→ Work instructions: Could the data underneath be repeated exactly, in full?
════════════════════
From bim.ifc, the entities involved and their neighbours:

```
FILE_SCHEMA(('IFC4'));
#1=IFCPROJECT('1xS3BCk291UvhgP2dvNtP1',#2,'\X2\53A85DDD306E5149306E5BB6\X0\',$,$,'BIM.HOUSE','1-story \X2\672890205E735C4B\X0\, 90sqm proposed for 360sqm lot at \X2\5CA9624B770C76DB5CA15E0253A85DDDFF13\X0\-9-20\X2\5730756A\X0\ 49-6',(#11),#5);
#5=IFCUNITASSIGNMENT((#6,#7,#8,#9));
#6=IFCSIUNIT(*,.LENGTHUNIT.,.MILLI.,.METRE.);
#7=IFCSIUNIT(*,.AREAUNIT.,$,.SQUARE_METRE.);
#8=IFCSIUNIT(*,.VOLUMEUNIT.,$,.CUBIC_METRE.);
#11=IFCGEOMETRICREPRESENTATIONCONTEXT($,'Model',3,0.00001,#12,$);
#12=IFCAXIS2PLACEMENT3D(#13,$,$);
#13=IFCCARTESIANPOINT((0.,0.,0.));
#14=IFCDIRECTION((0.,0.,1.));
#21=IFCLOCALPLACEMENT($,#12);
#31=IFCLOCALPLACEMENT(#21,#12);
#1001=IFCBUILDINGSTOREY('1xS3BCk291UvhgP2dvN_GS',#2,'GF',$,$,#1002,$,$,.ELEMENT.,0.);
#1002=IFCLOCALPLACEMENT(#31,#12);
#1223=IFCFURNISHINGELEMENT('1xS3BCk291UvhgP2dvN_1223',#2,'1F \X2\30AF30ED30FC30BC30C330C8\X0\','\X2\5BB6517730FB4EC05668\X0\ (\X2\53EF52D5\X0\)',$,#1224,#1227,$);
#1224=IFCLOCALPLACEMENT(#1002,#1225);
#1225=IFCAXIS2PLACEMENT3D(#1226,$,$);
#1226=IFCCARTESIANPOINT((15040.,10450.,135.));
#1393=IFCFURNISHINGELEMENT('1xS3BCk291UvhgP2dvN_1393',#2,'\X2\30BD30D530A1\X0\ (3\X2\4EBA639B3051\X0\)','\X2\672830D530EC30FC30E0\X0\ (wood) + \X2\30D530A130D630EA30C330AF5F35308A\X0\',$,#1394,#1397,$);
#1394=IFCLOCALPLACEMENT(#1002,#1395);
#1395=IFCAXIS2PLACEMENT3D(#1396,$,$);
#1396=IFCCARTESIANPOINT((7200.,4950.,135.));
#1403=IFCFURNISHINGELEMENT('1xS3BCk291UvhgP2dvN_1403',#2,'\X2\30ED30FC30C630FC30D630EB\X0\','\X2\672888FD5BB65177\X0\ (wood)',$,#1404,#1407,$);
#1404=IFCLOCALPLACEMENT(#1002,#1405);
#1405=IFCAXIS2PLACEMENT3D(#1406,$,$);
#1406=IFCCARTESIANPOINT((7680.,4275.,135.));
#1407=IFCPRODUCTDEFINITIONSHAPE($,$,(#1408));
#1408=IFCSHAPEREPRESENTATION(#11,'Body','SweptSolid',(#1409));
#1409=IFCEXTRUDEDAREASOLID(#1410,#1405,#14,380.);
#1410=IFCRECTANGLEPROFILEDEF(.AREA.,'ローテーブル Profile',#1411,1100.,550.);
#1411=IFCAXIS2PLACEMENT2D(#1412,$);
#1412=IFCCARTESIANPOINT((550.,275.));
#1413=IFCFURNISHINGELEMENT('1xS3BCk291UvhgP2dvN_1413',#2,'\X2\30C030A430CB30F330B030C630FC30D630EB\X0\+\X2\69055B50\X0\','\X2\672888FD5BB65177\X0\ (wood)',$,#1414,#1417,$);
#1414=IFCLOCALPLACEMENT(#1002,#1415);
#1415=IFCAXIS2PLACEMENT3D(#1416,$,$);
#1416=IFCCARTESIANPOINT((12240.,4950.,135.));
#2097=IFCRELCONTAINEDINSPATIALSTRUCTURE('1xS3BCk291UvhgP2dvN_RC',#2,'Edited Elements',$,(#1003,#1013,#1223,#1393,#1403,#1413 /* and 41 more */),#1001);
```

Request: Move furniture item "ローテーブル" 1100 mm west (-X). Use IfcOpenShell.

```python
import ifcopenshell
import ifcopenshell.api.geometry
import ifcopenshell.util.placement

model = ifcopenshell.open("bim.ifc")

item = model.by_id(1403)
matrix = ifcopenshell.util.placement.get_local_placement(item.ObjectPlacement)
matrix[0, 3] -= 1100.0
ifcopenshell.api.geometry.edit_object_placement(model, product=item, matrix=matrix, is_si=False)

print(ifcopenshell.util.placement.get_local_placement(item.ObjectPlacement).round(3) + 0.0)

model.write("bim-out.ifc")
```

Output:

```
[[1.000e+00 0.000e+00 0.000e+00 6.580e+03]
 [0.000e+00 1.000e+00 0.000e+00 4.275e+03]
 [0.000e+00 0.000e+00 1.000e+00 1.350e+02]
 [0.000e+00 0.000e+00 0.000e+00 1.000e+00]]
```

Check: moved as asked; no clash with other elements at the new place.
════════════════════
→ Result:
From bim.ifc, the entities involved and their neighbours:

```
FILE_SCHEMA(('IFC4'));
#1=IFCPROJECT('1xS3BCk291UvhgP2dvNtP1',#2,'\X2\53A85DDD306E5149306E5BB6\X0\',$,$,'BIM.HOUSE','1-story \X2\672890205E735C4B\X0\, 90sqm proposed for 360sqm lot at \X2\5CA9624B770C76DB5CA15E0253A85DDDFF13\X0\-9-20\X2\5730756A\X0\ 49-6',(#11),#5);
#5=IFCUNITASSIGNMENT((#6,#7,#8,#9));
#6=IFCSIUNIT(*,.LENGTHUNIT.,.MILLI.,.METRE.);
#7=IFCSIUNIT(*,.AREAUNIT.,$,.SQUARE_METRE.);
#8=IFCSIUNIT(*,.VOLUMEUNIT.,$,.CUBIC_METRE.);
#11=IFCGEOMETRICREPRESENTATIONCONTEXT($,'Model',3,0.00001,#12,$);
#12=IFCAXIS2PLACEMENT3D(#13,$,$);
#13=IFCCARTESIANPOINT((0.,0.,0.));
#14=IFCDIRECTION((0.,0.,1.));
#21=IFCLOCALPLACEMENT($,#12);
#31=IFCLOCALPLACEMENT(#21,#12);
#1001=IFCBUILDINGSTOREY('1xS3BCk291UvhgP2dvN_GS',#2,'GF',$,$,#1002,$,$,.ELEMENT.,0.);
#1002=IFCLOCALPLACEMENT(#31,#12);
#1223=IFCFURNISHINGELEMENT('1xS3BCk291UvhgP2dvN_1223',#2,'1F \X2\30AF30ED30FC30BC30C330C8\X0\','\X2\5BB6517730FB4EC05668\X0\ (\X2\53EF52D5\X0\)',$,#1224,#1227,$);
#1224=IFCLOCALPLACEMENT(#1002,#1225);
#1225=IFCAXIS2PLACEMENT3D(#1226,$,$);
#1226=IFCCARTESIANPOINT((15040.,10450.,135.));
#1393=IFCFURNISHINGELEMENT('1xS3BCk291UvhgP2dvN_1393',#2,'\X2\30BD30D530A1\X0\ (3\X2\4EBA639B3051\X0\)','\X2\672830D530EC30FC30E0\X0\ (wood) + \X2\30D530A130D630EA30C330AF5F35308A\X0\',$,#1394,#1397,$);
#1394=IFCLOCALPLACEMENT(#1002,#1395);
#1395=IFCAXIS2PLACEMENT3D(#1396,$,$);
#1396=IFCCARTESIANPOINT((7200.,4950.,135.));
#1403=IFCFURNISHINGELEMENT('1xS3BCk291UvhgP2dvN_1403',#2,'\X2\30ED30FC30C630FC30D630EB\X0\','\X2\672888FD5BB65177\X0\ (wood)',$,#1404,#1407,$);
#1404=IFCLOCALPLACEMENT(#1002,#1405);
#1405=IFCAXIS2PLACEMENT3D(#1406,$,$);
#1406=IFCCARTESIANPOINT((7680.,4275.,135.));
#1407=IFCPRODUCTDEFINITIONSHAPE($,$,(#1408));
#1408=IFCSHAPEREPRESENTATION(#11,'Body','SweptSolid',(#1409));
#1409=IFCEXTRUDEDAREASOLID(#1410,#1405,#14,380.);
#1410=IFCRECTANGLEPROFILEDEF(.AREA.,'ローテーブル Profile',#1411,1100.,550.);
#1411=IFCAXIS2PLACEMENT2D(#1412,$);
#1412=IFCCARTESIANPOINT((550.,275.));
#1413=IFCFURNISHINGELEMENT('1xS3BCk291UvhgP2dvN_1413',#2,'\X2\30C030A430CB30F330B030C630FC30D630EB\X0\+\X2\69055B50\X0\','\X2\672888FD5BB65177\X0\ (wood)',$,#1414,#1417,$);
#1414=IFCLOCALPLACEMENT(#1002,#1415);
#1415=IFCAXIS2PLACEMENT3D(#1416,$,$);
#1416=IFCCARTESIANPOINT((12240.,4950.,135.));
#2097=IFCRELCONTAINEDINSPATIALSTRUCTURE('1xS3BCk291UvhgP2dvN_RC',#2,'Edited Elements',$,(#1003,#1013,#1223,#1393,#1403,#1413 /* and 41 more */),#1001);
```

Request: Move furniture item "ローテーブル" 1100 mm west (-X). Use IfcOpenShell.

```python
import ifcopenshell
import ifcopenshell.api.geometry
import ifcopenshell.util.placement

model = ifcopenshell.open("bim.ifc")

item = model.by_id(1403)
matrix = ifcopenshell.util.placement.get_local_placement(item.ObjectPlacement)
matrix[0, 3] -= 1100.0
ifcopenshell.api.geometry.edit_object_placement(model, product=item, matrix=matrix, is_si=False)

print(ifcopenshell.util.placement.get_local_placement(item.ObjectPlacement).round(3) + 0.0)

model.write("bim-out.ifc")
```

Output:

```
[[1.000e+00 0.000e+00 0.000e+00 6.580e+03]
 [0.000e+00 1.000e+00 0.000e+00 4.275e+03]
 [0.000e+00 0.000e+00 1.000e+00 1.350e+02]
 [0.000e+00 0.000e+00 0.000e+00 1.000e+00]]
```

Check: moved as asked; no clash with other elements at the new place.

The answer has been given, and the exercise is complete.